Modern regex engines aren't pure mathematical FSM implementations, having been extended with features like look-ahead, look-behind, and backtracking. But they have a strong theoretical foundation, and in practice are highly optimized and extremely well vetted.
Much of the last fifty-plus years' of computer language parsing boils down to finding techniques to detangle the process and make it practical. Divide and conquer / layering is common. Thus the idea of splitting the language understanding problem into a "lexing" lower level and "parsing" upper level.

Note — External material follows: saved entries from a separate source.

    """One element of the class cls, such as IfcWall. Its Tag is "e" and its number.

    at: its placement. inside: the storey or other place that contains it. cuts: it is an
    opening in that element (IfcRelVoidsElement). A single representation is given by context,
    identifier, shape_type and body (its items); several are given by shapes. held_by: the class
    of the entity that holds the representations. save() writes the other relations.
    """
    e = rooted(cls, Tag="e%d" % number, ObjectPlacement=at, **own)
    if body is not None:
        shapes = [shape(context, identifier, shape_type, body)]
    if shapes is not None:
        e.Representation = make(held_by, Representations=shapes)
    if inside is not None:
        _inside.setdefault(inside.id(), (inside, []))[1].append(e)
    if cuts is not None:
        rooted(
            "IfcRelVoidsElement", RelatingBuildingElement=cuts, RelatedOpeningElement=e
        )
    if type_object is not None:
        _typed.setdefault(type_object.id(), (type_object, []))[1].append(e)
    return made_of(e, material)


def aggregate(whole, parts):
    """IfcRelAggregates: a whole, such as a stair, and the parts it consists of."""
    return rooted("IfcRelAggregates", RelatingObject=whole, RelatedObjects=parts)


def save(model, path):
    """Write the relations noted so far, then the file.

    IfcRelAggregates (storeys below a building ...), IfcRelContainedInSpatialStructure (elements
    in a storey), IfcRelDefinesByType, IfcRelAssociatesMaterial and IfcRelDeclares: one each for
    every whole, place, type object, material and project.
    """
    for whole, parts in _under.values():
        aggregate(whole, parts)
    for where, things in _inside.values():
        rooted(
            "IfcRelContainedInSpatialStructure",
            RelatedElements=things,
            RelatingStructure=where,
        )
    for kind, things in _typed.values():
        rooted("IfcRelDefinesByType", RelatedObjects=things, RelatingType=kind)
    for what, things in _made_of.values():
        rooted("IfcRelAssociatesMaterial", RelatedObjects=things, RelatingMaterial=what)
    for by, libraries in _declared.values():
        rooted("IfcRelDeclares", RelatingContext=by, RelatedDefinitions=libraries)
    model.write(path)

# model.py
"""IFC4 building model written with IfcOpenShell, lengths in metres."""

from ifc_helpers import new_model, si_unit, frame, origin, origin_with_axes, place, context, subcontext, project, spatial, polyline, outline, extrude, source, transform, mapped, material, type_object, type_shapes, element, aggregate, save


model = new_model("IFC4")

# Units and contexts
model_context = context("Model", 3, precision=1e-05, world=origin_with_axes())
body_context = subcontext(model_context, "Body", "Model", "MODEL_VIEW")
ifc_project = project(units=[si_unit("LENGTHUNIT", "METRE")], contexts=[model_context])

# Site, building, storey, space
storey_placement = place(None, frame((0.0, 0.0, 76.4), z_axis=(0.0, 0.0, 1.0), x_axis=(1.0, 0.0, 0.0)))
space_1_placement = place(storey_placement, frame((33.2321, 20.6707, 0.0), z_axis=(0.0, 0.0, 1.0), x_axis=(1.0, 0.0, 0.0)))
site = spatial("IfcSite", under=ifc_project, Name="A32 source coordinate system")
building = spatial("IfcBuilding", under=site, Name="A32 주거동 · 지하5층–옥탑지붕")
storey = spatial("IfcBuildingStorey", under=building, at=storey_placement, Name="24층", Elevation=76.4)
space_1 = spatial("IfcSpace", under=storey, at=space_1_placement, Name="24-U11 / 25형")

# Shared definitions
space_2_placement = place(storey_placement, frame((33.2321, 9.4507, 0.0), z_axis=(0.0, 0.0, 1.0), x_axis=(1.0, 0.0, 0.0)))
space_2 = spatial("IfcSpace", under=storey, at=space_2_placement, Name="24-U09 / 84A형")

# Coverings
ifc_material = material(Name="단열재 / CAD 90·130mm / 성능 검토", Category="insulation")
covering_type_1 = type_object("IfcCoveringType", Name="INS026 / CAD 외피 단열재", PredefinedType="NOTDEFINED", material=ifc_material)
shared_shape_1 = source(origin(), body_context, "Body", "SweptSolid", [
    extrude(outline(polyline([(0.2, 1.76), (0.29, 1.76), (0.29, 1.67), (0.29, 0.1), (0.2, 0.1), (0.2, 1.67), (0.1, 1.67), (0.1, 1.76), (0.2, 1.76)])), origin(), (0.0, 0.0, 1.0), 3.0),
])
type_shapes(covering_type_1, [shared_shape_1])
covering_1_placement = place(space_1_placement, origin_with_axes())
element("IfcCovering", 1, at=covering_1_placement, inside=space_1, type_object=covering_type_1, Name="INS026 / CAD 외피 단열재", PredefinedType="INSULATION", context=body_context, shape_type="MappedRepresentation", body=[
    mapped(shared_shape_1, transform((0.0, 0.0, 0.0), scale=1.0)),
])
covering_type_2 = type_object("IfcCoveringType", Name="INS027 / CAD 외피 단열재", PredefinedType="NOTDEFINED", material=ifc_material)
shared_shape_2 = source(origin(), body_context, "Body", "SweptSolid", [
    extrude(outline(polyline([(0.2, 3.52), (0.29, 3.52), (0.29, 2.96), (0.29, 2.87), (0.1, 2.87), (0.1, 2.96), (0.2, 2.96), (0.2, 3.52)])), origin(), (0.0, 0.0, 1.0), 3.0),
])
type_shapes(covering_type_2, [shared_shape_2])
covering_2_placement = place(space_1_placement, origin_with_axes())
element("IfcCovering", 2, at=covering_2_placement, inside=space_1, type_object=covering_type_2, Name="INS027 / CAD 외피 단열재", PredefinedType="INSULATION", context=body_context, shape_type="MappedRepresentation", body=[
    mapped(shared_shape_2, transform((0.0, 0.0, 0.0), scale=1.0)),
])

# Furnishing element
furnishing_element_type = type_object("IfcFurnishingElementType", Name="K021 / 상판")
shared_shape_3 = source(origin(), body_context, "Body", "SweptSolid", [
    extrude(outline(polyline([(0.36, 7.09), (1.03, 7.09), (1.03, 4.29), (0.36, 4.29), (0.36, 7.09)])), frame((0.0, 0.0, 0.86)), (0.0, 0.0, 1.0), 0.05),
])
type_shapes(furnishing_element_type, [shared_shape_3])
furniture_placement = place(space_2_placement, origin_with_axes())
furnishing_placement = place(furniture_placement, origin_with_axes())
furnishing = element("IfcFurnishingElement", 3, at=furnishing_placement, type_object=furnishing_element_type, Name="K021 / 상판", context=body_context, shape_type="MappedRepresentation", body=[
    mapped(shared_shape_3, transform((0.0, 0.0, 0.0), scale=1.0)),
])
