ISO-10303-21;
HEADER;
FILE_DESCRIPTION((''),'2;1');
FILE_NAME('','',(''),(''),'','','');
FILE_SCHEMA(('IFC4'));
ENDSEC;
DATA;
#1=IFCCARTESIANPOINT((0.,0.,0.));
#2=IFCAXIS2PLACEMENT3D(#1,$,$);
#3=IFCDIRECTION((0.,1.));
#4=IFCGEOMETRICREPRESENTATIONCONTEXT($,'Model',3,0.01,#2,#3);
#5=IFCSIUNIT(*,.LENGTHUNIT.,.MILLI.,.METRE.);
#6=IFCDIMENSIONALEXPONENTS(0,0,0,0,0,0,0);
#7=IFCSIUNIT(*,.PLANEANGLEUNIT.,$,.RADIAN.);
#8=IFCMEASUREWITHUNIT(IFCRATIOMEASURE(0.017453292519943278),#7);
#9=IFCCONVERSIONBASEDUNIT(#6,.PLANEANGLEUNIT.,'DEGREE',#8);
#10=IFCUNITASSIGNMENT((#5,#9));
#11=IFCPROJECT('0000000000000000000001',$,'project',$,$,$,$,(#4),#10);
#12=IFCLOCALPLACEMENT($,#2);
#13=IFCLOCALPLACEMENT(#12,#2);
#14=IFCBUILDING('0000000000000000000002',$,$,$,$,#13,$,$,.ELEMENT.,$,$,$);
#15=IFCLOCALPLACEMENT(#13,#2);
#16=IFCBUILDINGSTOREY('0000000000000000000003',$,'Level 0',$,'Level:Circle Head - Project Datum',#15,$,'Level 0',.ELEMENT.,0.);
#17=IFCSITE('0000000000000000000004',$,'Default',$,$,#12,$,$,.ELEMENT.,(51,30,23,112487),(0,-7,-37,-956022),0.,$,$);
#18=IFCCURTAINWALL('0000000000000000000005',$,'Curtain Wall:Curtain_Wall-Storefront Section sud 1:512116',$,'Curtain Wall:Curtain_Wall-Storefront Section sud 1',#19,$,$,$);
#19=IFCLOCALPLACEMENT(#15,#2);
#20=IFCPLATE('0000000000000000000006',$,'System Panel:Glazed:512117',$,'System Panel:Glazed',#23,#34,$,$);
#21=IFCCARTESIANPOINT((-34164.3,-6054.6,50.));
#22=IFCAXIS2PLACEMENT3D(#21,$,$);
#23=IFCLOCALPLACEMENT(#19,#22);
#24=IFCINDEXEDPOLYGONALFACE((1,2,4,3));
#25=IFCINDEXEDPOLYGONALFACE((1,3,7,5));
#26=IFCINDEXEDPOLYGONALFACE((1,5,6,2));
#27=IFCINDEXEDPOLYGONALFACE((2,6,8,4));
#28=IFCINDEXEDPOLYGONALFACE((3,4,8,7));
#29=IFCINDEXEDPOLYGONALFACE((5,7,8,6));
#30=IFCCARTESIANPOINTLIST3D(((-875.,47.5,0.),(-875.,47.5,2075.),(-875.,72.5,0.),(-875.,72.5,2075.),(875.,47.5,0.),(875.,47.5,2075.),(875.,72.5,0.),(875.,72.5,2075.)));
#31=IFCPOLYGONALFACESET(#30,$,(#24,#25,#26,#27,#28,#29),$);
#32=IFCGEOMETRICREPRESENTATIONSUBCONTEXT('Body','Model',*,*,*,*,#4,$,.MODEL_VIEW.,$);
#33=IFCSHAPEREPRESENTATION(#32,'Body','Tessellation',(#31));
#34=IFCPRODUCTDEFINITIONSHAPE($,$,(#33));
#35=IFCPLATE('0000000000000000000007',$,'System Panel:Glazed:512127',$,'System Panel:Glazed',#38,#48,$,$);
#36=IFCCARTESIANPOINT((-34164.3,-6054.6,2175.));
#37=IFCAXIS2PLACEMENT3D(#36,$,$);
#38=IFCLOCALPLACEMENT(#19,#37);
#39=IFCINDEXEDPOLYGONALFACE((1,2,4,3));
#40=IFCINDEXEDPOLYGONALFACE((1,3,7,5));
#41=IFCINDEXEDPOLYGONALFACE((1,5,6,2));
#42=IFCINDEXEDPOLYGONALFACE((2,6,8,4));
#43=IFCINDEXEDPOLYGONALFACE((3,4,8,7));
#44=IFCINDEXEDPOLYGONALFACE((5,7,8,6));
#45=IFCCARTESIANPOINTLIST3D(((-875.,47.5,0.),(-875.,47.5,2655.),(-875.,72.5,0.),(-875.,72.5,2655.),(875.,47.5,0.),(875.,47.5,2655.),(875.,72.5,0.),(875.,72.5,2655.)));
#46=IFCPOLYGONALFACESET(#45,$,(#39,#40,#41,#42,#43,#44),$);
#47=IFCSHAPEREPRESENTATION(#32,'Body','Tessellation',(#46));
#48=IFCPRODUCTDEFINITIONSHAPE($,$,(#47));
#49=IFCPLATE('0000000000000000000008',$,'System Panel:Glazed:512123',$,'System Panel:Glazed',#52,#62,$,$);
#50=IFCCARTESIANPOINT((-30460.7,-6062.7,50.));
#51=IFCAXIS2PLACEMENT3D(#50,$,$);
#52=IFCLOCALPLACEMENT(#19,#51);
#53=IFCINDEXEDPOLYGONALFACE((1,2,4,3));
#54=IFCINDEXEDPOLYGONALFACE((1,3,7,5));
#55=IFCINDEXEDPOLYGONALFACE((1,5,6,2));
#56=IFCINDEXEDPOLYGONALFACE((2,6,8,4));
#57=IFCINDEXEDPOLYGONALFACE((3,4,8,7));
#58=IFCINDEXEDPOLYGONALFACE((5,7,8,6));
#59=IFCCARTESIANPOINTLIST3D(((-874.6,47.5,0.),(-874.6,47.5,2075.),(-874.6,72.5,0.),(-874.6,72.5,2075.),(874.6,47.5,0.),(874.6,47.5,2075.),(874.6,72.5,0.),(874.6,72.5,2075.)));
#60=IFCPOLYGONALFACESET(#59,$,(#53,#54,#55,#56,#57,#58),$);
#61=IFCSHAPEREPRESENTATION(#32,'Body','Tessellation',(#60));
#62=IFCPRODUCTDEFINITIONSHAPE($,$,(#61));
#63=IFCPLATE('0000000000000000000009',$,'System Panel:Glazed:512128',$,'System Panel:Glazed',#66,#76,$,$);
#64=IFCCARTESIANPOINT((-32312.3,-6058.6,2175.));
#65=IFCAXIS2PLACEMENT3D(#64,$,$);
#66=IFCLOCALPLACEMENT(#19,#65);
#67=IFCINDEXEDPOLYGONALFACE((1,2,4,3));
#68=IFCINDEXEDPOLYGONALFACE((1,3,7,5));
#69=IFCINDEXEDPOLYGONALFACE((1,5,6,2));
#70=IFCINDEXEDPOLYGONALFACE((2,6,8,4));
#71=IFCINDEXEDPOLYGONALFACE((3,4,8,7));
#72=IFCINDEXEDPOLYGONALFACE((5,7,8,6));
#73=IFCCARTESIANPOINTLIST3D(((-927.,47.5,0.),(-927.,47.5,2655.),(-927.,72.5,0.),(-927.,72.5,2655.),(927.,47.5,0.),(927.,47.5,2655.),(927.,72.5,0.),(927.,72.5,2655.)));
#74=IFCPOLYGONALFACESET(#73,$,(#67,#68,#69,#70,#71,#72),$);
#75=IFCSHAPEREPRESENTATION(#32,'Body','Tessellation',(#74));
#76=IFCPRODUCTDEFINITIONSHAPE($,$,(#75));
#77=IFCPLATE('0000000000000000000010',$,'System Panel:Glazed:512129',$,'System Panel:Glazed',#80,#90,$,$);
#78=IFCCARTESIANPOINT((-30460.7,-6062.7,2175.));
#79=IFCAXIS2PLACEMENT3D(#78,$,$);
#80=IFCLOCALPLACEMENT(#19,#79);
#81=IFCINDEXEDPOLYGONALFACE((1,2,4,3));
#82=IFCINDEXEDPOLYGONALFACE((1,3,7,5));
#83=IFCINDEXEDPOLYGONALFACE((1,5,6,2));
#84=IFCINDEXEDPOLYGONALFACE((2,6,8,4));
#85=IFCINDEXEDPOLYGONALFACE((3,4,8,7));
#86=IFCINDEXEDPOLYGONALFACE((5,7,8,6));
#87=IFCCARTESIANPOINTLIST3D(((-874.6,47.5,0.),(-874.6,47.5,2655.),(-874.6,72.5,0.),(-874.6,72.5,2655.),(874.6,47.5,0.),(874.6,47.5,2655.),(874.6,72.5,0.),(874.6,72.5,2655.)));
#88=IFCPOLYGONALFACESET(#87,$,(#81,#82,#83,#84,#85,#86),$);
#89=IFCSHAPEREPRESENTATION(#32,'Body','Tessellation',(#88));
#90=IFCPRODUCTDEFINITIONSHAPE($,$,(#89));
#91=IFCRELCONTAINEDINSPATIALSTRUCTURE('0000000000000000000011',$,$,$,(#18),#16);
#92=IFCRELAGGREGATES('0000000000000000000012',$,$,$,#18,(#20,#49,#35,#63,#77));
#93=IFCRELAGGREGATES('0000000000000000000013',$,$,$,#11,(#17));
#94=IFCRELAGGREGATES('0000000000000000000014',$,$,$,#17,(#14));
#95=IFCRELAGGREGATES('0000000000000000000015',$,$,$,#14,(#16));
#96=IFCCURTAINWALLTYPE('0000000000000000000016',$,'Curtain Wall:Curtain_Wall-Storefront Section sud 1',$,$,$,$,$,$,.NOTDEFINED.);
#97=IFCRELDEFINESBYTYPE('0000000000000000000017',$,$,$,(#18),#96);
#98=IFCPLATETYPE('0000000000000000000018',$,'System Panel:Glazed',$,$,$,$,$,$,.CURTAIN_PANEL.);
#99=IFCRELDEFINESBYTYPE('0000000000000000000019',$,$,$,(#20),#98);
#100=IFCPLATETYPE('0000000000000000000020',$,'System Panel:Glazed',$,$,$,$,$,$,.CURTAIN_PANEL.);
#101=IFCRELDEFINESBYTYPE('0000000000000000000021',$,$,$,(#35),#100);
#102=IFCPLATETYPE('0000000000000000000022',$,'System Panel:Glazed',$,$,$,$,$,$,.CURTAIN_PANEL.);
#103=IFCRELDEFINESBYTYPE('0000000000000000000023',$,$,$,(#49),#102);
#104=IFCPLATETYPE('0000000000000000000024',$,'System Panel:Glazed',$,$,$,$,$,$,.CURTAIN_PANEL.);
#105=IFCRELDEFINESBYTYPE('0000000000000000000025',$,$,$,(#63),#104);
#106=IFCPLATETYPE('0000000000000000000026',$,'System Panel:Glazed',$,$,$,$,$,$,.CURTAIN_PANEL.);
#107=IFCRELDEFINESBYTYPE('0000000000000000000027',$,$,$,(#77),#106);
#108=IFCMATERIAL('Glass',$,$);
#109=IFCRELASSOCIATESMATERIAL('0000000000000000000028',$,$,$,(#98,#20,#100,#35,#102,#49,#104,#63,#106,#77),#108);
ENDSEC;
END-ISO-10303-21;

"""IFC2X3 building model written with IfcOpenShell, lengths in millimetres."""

from ifc_helpers import new_model, entity, si_unit, converted_unit, direction, frame, frame_2d, origin, origin_2d_with_axis, place, context, subcontext, project, spatial, rectangle, extrude, source, transform, mapped, material, type_object, type_shapes, element, aggregate, save


model = new_model("IFC2X3")

# Units and contexts
model_context = context("Model", 3, precision=0.01, world=origin(), true_north=direction((0.0, 1.0)))
body_context = subcontext(model_context, "Body", "Model", "MODEL_VIEW")
ifc_project = project(units=[si_unit("LENGTHUNIT", "METRE", prefix="MILLI"), converted_unit("PLANEANGLEUNIT", "DEGREE", entity("IfcRatioMeasure", 0.017453292519943278), si_unit("PLANEANGLEUNIT", "RADIAN"), dimensions=[0, 0, 0, 0, 0, 0, 0])], contexts=[model_context])

# Site, building, storey
site_placement = place(None, origin())
site = spatial("IfcSite", under=ifc_project, at=site_placement, Name="Default", CompositionType="ELEMENT", RefLatitude=(51, 30, 23, 112487), RefLongitude=(0, -7, -37, -956022), RefElevation=0.0)
building_placement = place(site_placement, origin())
building = spatial("IfcBuilding", under=site, at=building_placement, CompositionType="ELEMENT")
storey_placement = place(building_placement, origin())
storey = spatial("IfcBuildingStorey", under=building, at=storey_placement, Name="Level 0", ObjectType="Level:Circle Head - Project Datum", LongName="Level 0", CompositionType="ELEMENT", Elevation=0.0)

# Curtain wall, plates
curtain_wall_type = type_object("IfcCurtainWallType", Name="Curtain Wall:Curtain_Wall-Storefront Section sud 1", PredefinedType="NOTDEFINED")
curtain_wall_placement = place(storey_placement, origin())
curtain_wall = element("IfcCurtainWall", 1, at=curtain_wall_placement, inside=storey, type_object=curtain_wall_type, Name="Curtain Wall:Curtain_Wall-Storefront Section sud 1:512116", ObjectType="Curtain Wall:Curtain_Wall-Storefront Section sud 1")
ifc_material_1 = material(Name="Glass")
plate_type_1 = type_object("IfcPlateType", Name="System Panel:Glazed", PredefinedType="CURTAIN_PANEL", material=ifc_material_1)
shared_shape_1 = source(origin(), body_context, "Body", "SweptSolid", [
    extrude(rectangle(XDim=25.0, YDim=1750.0, at=origin_2d_with_axis()), frame((0.0, 60.0, 0.0), z_axis=(0.0, 0.0, 1.0), x_axis=(0.0, 1.0, 0.0)), (0.0, 0.0, 1.0), 2075.0),
])
type_shapes(plate_type_1, [shared_shape_1])
plate_1_placement = place(curtain_wall_placement, frame((-34164.3, -6054.6, 50.0)))
plate_1 = element("IfcPlate", 2, at=plate_1_placement, type_object=plate_type_1, material=ifc_material_1, Name="System Panel:Glazed:512117", ObjectType="System Panel:Glazed", context=body_context, shape_type="MappedRepresentation", body=[
    mapped(shared_shape_1, transform((0.0, 0.0, 0.0), scale=1.0)),
])
plate_type_2 = type_object("IfcPlateType", Name="System Panel:Glazed", PredefinedType="CURTAIN_PANEL", material=ifc_material_1)
shared_shape_2 = source(origin(), body_context, "Body", "SweptSolid", [
    extrude(rectangle(XDim=25.0, YDim=1750.0, at=frame_2d((0.0, 0.0), x_axis=(1.0, 0.0))), frame((0.0, 60.0, 0.0), z_axis=(0.0, 0.0, 1.0), x_axis=(0.0, 1.0, 0.0)), (0.0, 0.0, 1.0), 2655.0),
])
type_shapes(plate_type_2, [shared_shape_2])
plate_2_placement = place(curtain_wall_placement, frame((-34164.3, -6054.6, 2175.0)))
plate_2 = element("IfcPlate", 3, at=plate_2_placement, type_object=plate_type_2, material=ifc_material_1, Name="System Panel:Glazed:512127", ObjectType="System Panel:Glazed", context=body_context, shape_type="MappedRepresentation", body=[
    mapped(shared_shape_2, transform((0.0, 0.0, 0.0), scale=1.0)),
])
plate_type_3 = type_object("IfcPlateType", Name="System Panel:Glazed", PredefinedType="CURTAIN_PANEL", material=ifc_material_1)
shared_shape_3 = source(origin(), body_context, "Body", "SweptSolid", [
    extrude(rectangle(XDim=25.0, YDim=1749.2, at=origin_2d_with_axis()), frame((0.0, 60.0, 0.0), z_axis=(0.0, 0.0, 1.0), x_axis=(0.0, 1.0, 0.0)), (0.0, 0.0, 1.0), 2075.0),
])
type_shapes(plate_type_3, [shared_shape_3])
plate_3_placement = place(curtain_wall_placement, frame((-30460.7, -6062.7, 50.0)))
plate_3 = element("IfcPlate", 4, at=plate_3_placement, type_object=plate_type_3, material=ifc_material_1, Name="System Panel:Glazed:512123", ObjectType="System Panel:Glazed", context=body_context, shape_type="MappedRepresentation", body=[
    mapped(shared_shape_3, transform((0.0, 0.0, 0.0), scale=1.0)),
])
plate_type_4 = type_object("IfcPlateType", Name="System Panel:Glazed", PredefinedType="CURTAIN_PANEL", material=ifc_material_1)
shared_shape_4 = source(origin(), body_context, "Body", "SweptSolid", [
    extrude(rectangle(XDim=25.0, YDim=1854.0, at=frame_2d((0.0, 0.0), x_axis=(1.0, 0.0))), frame((0.0, 60.0, 0.0), z_axis=(0.0, 0.0, 1.0), x_axis=(0.0, 1.0, 0.0)), (0.0, 0.0, 1.0), 2655.0),
])
type_shapes(plate_type_4, [shared_shape_4])
plate_4_placement = place(curtain_wall_placement, frame((-32312.3, -6058.6, 2175.0)))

The same with finding strength-reducing approaches like using only subsets of context-free and ambiguity-free grammars. Pascal was limited to what could be parsed recursive-descent, and Python is famously restricted to LL(1). There are whole alphabet soups of LL, LR, SLR, LALR, etc. language grammars / parser families. Almost all implemented language designs are carefully constrained by the parsing techniques they use. Perl is the only major language I can think of that isn't so constrained. This dance is described in the "Dragon book(s)" that were the most common "how to language" textbooks for generations.
The strict lexing/parsing split and 'use only subsets of unambiguous, context-free grammars' rules are softening. Lexical understanding is now sometimes not split off as an entirely different layer, and most systems have enough CPU power and memory to make that feasible. Another answer mentioned PEG parsers. That starts to break the orthodoxy of language families. Even wider afield you can see renewed interest in more general parsers/grammars like the Earley parser which go beyond the limited look-aheads of the LL/LR aristocracies. Recent implementations and refinements (e.g. Marpa) show that, on modern hardware, there really is no barrier to generalized parsing.
All that said, however, infinite freedom (or even much greater freedom) is not necessarily a good thing. The mechanical, practical, and technique restrictions of any art form--writing, painting, sculpting, film-making, coding, etc.--often require a discipline of approach that is useful beyond matching available implementation techniques. Would Python, for instance, be greatly improved by generalizing beyond LL(1) parsing? It's not clear that it would. Sure there are a few unfortunate inconsistencies and limitations, and it needs that significant whitespace. But it also stays clean and consistent, across a vast number of developers and uses, partially as a result of those restrictions. Don't do the language equivalent of what happened when different type faces, sizes, colors, background colors, variations, and decorations became widely available in word processors and email. Don't use all the options profusely and indiscriminately. That's not good design.
So while large generality and even ambiguity are now open to you as you implement your toy language, and while you can certainly use one of the newly fashionable PEG or Earley approaches, unless you're writing something mimicking natural human language, you probably don't need to. Standard lexing and parsing approaches would suffice. Or, long story short, regexs are fine.